* [EXERCISE DESCRIPTION] Each line of the listing below that includes "IFCSIUNIT" must be copied.

* [DATA TO USE]
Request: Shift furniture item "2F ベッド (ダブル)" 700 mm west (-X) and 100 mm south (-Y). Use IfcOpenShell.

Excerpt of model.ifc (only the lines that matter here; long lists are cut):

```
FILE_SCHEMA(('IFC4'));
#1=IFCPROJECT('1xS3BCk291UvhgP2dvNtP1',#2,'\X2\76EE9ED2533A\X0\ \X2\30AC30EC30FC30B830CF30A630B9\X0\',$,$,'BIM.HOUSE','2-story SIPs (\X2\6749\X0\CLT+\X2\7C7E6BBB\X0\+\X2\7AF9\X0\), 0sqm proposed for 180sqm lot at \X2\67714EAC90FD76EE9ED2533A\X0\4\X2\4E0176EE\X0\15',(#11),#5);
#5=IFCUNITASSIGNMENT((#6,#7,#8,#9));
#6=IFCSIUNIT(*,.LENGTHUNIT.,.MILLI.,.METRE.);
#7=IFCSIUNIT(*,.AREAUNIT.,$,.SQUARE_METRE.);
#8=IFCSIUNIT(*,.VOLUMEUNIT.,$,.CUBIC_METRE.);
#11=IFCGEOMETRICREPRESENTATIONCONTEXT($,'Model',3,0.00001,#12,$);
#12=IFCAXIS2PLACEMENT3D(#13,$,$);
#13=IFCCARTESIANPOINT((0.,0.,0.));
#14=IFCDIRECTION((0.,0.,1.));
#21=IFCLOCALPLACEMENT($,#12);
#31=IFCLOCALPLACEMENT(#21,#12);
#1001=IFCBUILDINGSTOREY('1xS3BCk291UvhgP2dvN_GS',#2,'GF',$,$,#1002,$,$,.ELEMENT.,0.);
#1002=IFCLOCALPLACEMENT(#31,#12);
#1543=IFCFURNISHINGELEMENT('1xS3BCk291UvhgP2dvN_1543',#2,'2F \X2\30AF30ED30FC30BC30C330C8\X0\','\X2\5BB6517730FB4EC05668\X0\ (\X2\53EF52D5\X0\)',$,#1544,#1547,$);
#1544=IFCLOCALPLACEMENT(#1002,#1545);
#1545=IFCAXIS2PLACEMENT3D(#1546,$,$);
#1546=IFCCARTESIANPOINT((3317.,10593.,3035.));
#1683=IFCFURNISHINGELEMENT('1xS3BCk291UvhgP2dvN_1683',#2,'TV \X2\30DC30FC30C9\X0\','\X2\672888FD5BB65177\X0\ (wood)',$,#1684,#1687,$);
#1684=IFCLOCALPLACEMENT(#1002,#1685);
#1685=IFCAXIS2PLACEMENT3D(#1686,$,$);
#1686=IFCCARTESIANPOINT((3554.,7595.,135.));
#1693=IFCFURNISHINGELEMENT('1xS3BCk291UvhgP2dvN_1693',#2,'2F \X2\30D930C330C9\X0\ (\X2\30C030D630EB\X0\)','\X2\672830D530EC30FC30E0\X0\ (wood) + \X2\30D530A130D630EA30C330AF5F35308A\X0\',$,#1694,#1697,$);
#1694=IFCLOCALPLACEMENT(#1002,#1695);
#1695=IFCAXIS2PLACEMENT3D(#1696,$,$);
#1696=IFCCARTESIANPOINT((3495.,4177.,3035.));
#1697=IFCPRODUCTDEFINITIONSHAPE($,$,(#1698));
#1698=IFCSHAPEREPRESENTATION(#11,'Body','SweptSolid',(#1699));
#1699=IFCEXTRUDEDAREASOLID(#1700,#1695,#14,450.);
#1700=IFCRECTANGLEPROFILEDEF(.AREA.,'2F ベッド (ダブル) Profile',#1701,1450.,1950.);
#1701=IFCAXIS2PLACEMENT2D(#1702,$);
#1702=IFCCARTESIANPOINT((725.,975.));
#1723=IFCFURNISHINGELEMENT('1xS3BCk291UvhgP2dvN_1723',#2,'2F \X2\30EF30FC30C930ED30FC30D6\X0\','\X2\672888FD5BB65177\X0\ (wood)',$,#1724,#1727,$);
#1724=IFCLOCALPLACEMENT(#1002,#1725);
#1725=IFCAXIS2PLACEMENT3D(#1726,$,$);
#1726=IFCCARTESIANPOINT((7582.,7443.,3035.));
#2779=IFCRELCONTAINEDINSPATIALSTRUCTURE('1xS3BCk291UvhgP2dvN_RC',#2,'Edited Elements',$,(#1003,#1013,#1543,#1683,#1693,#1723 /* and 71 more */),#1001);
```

```python
import ifcopenshell
import ifcopenshell.api.geometry
import ifcopenshell.util.placement
import ifcopenshell.util.unit

model = ifcopenshell.open("model.ifc")
unit_scale = ifcopenshell.util.unit.calculate_unit_scale(model)

item = model.by_guid("1xS3BCk291UvhgP2dvN_1693")
matrix = ifcopenshell.util.placement.get_local_placement(item.ObjectPlacement)
matrix[0, 3] -= 0.7 / unit_scale
matrix[1, 3] -= 0.1 / unit_scale
ifcopenshell.api.geometry.edit_object_placement(model, product=item, matrix=matrix, is_si=False)

print(ifcopenshell.util.placement.get_local_placement(item.ObjectPlacement).round(3) + 0.0)

model.write("model_rev.ifc")
```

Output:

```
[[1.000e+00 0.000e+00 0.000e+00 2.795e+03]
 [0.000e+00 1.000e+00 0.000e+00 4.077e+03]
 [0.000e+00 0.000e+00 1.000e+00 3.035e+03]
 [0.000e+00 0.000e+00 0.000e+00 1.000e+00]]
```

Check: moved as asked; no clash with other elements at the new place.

* [RESPONSE FOR THIS EXERCISE]
#6=IFCSIUNIT(*,.LENGTHUNIT.,.MILLI.,.METRE.);
#7=IFCSIUNIT(*,.AREAUNIT.,$,.SQUARE_METRE.);
#8=IFCSIUNIT(*,.VOLUMEUNIT.,$,.CUBIC_METRE.);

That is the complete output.